(Recorded data)
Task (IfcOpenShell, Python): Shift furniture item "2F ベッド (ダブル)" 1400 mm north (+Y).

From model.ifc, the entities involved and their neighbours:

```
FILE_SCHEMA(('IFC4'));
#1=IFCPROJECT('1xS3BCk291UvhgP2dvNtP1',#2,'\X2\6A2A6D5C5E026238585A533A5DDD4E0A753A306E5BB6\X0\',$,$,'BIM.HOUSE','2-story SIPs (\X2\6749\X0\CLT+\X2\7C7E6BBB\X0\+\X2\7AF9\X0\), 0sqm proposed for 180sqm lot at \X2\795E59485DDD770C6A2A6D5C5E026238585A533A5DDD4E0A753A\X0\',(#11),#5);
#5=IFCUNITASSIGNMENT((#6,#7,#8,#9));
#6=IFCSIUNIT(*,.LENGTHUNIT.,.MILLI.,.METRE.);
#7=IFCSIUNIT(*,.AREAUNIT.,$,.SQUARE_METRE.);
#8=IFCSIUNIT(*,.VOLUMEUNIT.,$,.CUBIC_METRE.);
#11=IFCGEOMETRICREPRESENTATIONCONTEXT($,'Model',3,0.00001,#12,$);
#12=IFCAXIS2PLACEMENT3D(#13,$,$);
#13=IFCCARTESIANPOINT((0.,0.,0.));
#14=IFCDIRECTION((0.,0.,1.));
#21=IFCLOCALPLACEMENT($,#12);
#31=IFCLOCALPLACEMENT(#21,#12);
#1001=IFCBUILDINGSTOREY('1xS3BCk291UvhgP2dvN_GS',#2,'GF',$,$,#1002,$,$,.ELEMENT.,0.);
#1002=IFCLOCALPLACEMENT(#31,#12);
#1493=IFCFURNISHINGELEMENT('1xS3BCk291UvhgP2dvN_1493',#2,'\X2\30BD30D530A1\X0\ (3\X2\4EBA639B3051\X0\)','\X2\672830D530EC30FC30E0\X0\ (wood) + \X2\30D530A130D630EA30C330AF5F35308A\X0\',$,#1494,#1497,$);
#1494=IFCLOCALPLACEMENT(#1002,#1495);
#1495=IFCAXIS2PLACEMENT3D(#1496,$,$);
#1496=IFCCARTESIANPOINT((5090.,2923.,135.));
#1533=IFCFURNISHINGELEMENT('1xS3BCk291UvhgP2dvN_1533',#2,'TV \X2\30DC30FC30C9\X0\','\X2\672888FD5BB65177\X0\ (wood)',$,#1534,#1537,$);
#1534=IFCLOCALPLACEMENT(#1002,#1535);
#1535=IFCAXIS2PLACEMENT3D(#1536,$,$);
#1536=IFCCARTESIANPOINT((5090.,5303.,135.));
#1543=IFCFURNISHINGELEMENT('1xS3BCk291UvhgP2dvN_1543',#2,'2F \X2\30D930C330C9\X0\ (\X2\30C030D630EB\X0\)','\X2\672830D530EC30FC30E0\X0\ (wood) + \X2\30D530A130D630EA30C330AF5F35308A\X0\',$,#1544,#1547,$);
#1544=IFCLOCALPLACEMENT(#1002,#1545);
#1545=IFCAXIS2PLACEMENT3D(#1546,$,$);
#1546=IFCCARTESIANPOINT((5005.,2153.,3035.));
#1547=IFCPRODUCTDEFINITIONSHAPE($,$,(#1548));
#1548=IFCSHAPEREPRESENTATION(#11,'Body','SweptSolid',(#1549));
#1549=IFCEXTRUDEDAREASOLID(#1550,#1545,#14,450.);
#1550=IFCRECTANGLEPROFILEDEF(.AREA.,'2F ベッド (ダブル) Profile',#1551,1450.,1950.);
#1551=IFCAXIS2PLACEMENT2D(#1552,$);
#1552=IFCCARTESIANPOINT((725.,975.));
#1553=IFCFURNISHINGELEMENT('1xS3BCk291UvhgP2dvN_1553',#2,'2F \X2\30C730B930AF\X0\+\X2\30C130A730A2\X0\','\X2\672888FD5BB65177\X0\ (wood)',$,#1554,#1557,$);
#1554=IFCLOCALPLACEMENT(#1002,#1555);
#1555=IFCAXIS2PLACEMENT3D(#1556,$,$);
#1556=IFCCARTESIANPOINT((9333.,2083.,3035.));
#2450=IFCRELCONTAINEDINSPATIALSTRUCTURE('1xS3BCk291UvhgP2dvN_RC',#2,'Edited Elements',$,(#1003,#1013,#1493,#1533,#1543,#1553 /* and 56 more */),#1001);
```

```python
import ifcopenshell
import ifcopenshell.api.geometry
import ifcopenshell.util.placement
import ifcopenshell.util.unit

model = ifcopenshell.open("model.ifc")
unit_scale = ifcopenshell.util.unit.calculate_unit_scale(model)

item = model.by_guid("1xS3BCk291UvhgP2dvN_1543")
matrix = ifcopenshell.util.placement.get_local_placement(item.ObjectPlacement)
matrix[1, 3] += 1.4 / unit_scale
ifcopenshell.api.geometry.edit_object_placement(model, product=item, matrix=matrix, is_si=False)

print(ifcopenshell.util.placement.get_local_placement(item.ObjectPlacement).round(3) + 0.0)

model.write("model-out.ifc")
```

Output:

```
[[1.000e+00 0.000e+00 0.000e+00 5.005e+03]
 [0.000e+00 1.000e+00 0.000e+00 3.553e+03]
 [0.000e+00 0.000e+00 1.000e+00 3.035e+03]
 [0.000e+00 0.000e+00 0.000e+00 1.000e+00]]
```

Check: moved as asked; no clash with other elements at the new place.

* Your objective:
Collect every line from the records above that contains the word "IFCSIUNIT".

* Result of this task:
#6=IFCSIUNIT(*,.LENGTHUNIT.,.MILLI.,.METRE.);
#7=IFCSIUNIT(*,.AREAUNIT.,$,.SQUARE_METRE.);
#8=IFCSIUNIT(*,.VOLUMEUNIT.,$,.CUBIC_METRE.);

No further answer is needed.